__Provided material__:

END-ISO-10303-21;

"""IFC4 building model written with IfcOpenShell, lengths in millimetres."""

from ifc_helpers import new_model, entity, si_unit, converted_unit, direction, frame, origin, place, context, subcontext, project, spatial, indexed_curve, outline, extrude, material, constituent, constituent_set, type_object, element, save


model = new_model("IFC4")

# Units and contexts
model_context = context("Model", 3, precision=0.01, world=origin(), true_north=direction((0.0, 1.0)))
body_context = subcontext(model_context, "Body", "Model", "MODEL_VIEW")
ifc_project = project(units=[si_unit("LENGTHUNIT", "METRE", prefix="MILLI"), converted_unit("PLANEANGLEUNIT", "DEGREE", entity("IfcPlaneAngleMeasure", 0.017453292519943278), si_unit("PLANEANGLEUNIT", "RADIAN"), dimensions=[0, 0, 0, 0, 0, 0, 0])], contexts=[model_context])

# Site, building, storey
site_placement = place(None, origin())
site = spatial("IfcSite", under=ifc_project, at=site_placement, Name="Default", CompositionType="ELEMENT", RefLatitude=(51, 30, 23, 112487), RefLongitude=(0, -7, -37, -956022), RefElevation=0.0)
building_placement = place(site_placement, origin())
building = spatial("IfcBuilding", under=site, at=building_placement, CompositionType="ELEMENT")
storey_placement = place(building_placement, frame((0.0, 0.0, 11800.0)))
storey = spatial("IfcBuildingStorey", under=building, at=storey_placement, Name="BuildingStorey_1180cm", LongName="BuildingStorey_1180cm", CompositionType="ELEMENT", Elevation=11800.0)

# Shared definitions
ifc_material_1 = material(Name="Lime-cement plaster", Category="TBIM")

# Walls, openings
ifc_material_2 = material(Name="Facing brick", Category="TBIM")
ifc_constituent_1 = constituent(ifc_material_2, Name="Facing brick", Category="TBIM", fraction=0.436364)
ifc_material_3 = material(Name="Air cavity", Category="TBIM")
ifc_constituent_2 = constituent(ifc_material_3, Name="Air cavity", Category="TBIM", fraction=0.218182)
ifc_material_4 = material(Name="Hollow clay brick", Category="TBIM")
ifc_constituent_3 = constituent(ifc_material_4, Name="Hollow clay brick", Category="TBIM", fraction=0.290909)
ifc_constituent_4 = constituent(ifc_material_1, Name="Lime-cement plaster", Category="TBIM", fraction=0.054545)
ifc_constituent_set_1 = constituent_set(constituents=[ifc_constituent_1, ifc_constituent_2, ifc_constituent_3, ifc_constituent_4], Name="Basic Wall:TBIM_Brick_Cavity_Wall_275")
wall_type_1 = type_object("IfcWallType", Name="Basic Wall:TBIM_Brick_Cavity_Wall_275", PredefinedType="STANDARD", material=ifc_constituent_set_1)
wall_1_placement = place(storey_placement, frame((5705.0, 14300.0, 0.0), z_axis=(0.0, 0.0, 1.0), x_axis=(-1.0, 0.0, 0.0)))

__To do__: Repeat every entry above exactly, leaving nothing out.

__Your response__:
END-ISO-10303-21;

"""IFC4 building model written with IfcOpenShell, lengths in millimetres."""

from ifc_helpers import new_model, entity, si_unit, converted_unit, direction, frame, origin, place, context, subcontext, project, spatial, indexed_curve, outline, extrude, material, constituent, constituent_set, type_object, element, save


model = new_model("IFC4")

# Units and contexts
model_context = context("Model", 3, precision=0.01, world=origin(), true_north=direction((0.0, 1.0)))
body_context = subcontext(model_context, "Body", "Model", "MODEL_VIEW")
ifc_project = project(units=[si_unit("LENGTHUNIT", "METRE", prefix="MILLI"), converted_unit("PLANEANGLEUNIT", "DEGREE", entity("IfcPlaneAngleMeasure", 0.017453292519943278), si_unit("PLANEANGLEUNIT", "RADIAN"), dimensions=[0, 0, 0, 0, 0, 0, 0])], contexts=[model_context])

# Site, building, storey
site_placement = place(None, origin())
site = spatial("IfcSite", under=ifc_project, at=site_placement, Name="Default", CompositionType="ELEMENT", RefLatitude=(51, 30, 23, 112487), RefLongitude=(0, -7, -37, -956022), RefElevation=0.0)
building_placement = place(site_placement, origin())
building = spatial("IfcBuilding", under=site, at=building_placement, CompositionType="ELEMENT")
storey_placement = place(building_placement, frame((0.0, 0.0, 11800.0)))
storey = spatial("IfcBuildingStorey", under=building, at=storey_placement, Name="BuildingStorey_1180cm", LongName="BuildingStorey_1180cm", CompositionType="ELEMENT", Elevation=11800.0)

# Shared definitions
ifc_material_1 = material(Name="Lime-cement plaster", Category="TBIM")

# Walls, openings
ifc_material_2 = material(Name="Facing brick", Category="TBIM")
ifc_constituent_1 = constituent(ifc_material_2, Name="Facing brick", Category="TBIM", fraction=0.436364)
ifc_material_3 = material(Name="Air cavity", Category="TBIM")
ifc_constituent_2 = constituent(ifc_material_3, Name="Air cavity", Category="TBIM", fraction=0.218182)
ifc_material_4 = material(Name="Hollow clay brick", Category="TBIM")
ifc_constituent_3 = constituent(ifc_material_4, Name="Hollow clay brick", Category="TBIM", fraction=0.290909)
ifc_constituent_4 = constituent(ifc_material_1, Name="Lime-cement plaster", Category="TBIM", fraction=0.054545)
ifc_constituent_set_1 = constituent_set(constituents=[ifc_constituent_1, ifc_constituent_2, ifc_constituent_3, ifc_constituent_4], Name="Basic Wall:TBIM_Brick_Cavity_Wall_275")
wall_type_1 = type_object("IfcWallType", Name="Basic Wall:TBIM_Brick_Cavity_Wall_275", PredefinedType="STANDARD", material=ifc_constituent_set_1)
wall_1_placement = place(storey_placement, frame((5705.0, 14300.0, 0.0), z_axis=(0.0, 0.0, 1.0), x_axis=(-1.0, 0.0, 0.0)))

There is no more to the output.